Rabu, 29 Apr 2026, 14:17 WIB

JAKARTA - Ketua DPR RI Puan Maharani menyampaikan belasungkawa kepada korban kecelakaan kereta api di Stasiun Bekasi Timur. Ia mengingatkan agar unsur keamanan di jalur kereta harus diperbaiki.

“Atas nama pribadi maupun atas nama DPR RI, saya sampaikan dukacita mendalam untuk para korban dalam kecelakaan kereta api yang terjadi semalam di wilayah Bekasi,” kata Puan dalam keterangan tertulis yang disiarkan media DPR RI, Selasa (28/4).

Ket. Foto: Ketua DPR RI Puan Maharani. — Sumber: DPR RI

Insiden kecelakaan KRL Commuter dengan kereta jarak jauh (KJJ) Argo Bromo yang terjadi pada Senin (27/4) malam bermula saat taksi listrik Green SM ditabrak KRL di daerah Bulak Kapal karena mogok di tengah perlintasan sebidang. Taksi tersebut berada di area rel sebelum akhirnya tertemper kereta menuju arah Jakarta. 

Kondisi itu menyebabkan perjalanan commuter line dari Jakarta menuju Cikarang terganggu dan rangkaian berhenti di jalur. Tak berselang jauh, KA Argo Bromo Anggrek yang melaju dari arah belakang menabrak rangkaian KRL yang sedang berhenti.

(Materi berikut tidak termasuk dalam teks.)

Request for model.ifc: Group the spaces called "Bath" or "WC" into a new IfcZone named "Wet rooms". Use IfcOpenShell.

First a look at what the model holds.

```python
import ifcopenshell

model = ifcopenshell.open("model.ifc")
print(model.schema)
seen = {}
for space in model.by_type("IfcSpace"):
    seen[space.LongName] = seen.get(space.LongName, 0) + 1
for name, count in sorted(seen.items(), key=str):
    print(count, "x", name)
print("zones:", [z.Name for z in model.by_type("IfcZone")][:20])
```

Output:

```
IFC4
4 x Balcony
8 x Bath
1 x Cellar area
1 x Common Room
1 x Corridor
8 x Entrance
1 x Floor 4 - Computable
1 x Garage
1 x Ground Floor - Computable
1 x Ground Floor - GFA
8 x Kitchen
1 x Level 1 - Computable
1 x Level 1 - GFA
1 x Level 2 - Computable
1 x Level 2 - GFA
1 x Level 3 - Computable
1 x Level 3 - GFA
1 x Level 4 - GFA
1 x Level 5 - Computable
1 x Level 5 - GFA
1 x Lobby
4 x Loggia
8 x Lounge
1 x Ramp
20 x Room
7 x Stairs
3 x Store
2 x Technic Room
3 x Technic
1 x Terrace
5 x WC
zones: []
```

```python
import ifcopenshell
import ifcopenshell.api.group
import ifcopenshell.api.root

model = ifcopenshell.open("model.ifc")

names = {"Bath", "WC"}
spaces = [s for s in model.by_type("IfcSpace") if s.LongName in names]

zone = ifcopenshell.api.root.create_entity(model, ifc_class="IfcZone", name="Wet rooms")
ifcopenshell.api.group.assign_group(model, products=spaces, group=zone)
print(len(spaces), "spaces in", zone.Name)

model.write("model_rev.ifc")
```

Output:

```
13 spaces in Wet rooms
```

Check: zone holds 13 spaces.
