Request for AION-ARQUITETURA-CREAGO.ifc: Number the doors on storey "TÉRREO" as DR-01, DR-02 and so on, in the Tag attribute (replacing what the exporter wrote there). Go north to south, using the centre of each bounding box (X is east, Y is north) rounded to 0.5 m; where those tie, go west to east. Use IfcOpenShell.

First a look at what the model holds.

```python
import ifcopenshell
import ifcopenshell.util.element
import ifcopenshell.util.placement

model = ifcopenshell.open("AION-ARQUITETURA-CREAGO.ifc")
print(model.schema)
storey = next(s for s in model.by_type("IfcBuildingStorey") if s.Name == "TÉRREO")
doors = [e for e in ifcopenshell.util.element.get_decomposition(storey) if e.is_a("IfcDoor")]
for e in sorted(doors, key=lambda e: e.id()):
    origin = ifcopenshell.util.placement.get_local_placement(e.ObjectPlacement)[:3, 3]
    print(e.id(), e.Tag, e.Name, origin.round(2) + 0.0, sep=" | ")
```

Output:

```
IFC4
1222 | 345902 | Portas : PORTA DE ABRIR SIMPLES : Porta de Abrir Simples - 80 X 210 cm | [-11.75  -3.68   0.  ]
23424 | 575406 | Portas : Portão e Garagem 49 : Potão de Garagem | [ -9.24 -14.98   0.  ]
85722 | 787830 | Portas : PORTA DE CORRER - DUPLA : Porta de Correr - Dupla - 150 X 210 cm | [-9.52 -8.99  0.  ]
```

```python
import ifcopenshell
import ifcopenshell.geom
import ifcopenshell.util.element
import ifcopenshell.util.shape

model = ifcopenshell.open("AION-ARQUITETURA-CREAGO.ifc")
settings = ifcopenshell.geom.settings()
settings.set("use-world-coords", True)


def centre(element):
    shape = ifcopenshell.geom.create_shape(settings, element)
    return ifcopenshell.util.shape.get_bbox_centroid(shape.geometry)


storey = next(s for s in model.by_type("IfcBuildingStorey") if s.Name == "TÉRREO")
doors = [e for e in ifcopenshell.util.element.get_decomposition(storey) if e.is_a("IfcDoor")]

# Insertion points can sit at a corner or the storey origin, so sort by the geometry (in metres).
centres = {e: centre(e) for e in doors}
doors.sort(key=lambda e: (-round(centres[e][1] / 0.5), centres[e][0]))

for i, e in enumerate(doors, start=1):
    number = f"DR-{i:02d}"
    e.Tag = number
    print(e.id(), number)

model.write("AION-ARQUITETURA-CREAGO_updated.ifc")
```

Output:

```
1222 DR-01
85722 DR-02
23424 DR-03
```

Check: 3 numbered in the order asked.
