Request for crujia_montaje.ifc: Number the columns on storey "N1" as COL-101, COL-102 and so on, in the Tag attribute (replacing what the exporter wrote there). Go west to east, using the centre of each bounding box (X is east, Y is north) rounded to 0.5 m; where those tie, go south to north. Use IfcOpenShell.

First a look at what the model holds.

```python
import ifcopenshell
import ifcopenshell.util.element
import ifcopenshell.util.placement

model = ifcopenshell.open("crujia_montaje.ifc")
print(model.schema)
storey = next(s for s in model.by_type("IfcBuildingStorey") if s.Name == "N1")
columns = [e for e in ifcopenshell.util.element.get_decomposition(storey) if e.is_a("IfcColumn")]
for e in sorted(columns, key=lambda e: e.id()):
    origin = ifcopenshell.util.placement.get_local_placement(e.ObjectPlacement)[:3, 3]
    print(e.id(), e.Tag, e.Name, origin.round(2) + 0.0, sep=" | ")
```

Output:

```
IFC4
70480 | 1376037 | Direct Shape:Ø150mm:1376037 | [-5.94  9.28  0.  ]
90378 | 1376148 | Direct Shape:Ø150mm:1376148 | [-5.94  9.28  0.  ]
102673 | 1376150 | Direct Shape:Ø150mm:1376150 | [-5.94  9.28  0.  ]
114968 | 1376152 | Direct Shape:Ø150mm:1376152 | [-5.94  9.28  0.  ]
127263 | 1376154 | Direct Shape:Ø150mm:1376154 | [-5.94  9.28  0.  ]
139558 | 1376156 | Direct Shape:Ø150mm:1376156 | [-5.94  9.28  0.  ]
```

```python
import ifcopenshell
import ifcopenshell.geom
import ifcopenshell.util.element
import ifcopenshell.util.shape

model = ifcopenshell.open("crujia_montaje.ifc")
settings = ifcopenshell.geom.settings()
settings.set("use-world-coords", True)


def centre(element):
    shape = ifcopenshell.geom.create_shape(settings, element)
    return ifcopenshell.util.shape.get_bbox_centroid(shape.geometry)


storey = next(s for s in model.by_type("IfcBuildingStorey") if s.Name == "N1")
columns = [e for e in ifcopenshell.util.element.get_decomposition(storey) if e.is_a("IfcColumn")]

# Insertion points can sit at a corner or the storey origin, so sort by the geometry (in metres).
centres = {e: centre(e) for e in columns}
columns.sort(key=lambda e: (round(centres[e][0] / 0.5), centres[e][1]))

for i, e in enumerate(columns, start=1):
    number = f"COL-1{i:02d}"
    e.Tag = number
    print(e.id(), number)

model.write("crujia_montaje_edited.ifc")
```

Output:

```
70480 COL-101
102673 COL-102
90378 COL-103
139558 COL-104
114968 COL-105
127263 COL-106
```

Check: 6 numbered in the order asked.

Saking kerasnya benturan, lokomotif KA Argo Bromo Anggrek sampai merangsek masuk ke badan gerbong khusus wanita yang ada di bagian paling belakang KRL. Insiden ini menyebabkan 15 orang meninggal dunia dan 76 lainnya terluka.

Terkait hal ini, Puan menekankan pentingnya Negara meningkatkan unsur keselamatan pada transportasi kereta api.

“Kita minta Pemerintah, KAI, bersama stakeholder terkait untuk lebih memprioritaskan persoalan keselamatan di jalur kereta api. Sistem dan keamanan pada jalur kereta api harus diperbaiki,” tegas Politisi Fraksi PDI-Perjuangan ini.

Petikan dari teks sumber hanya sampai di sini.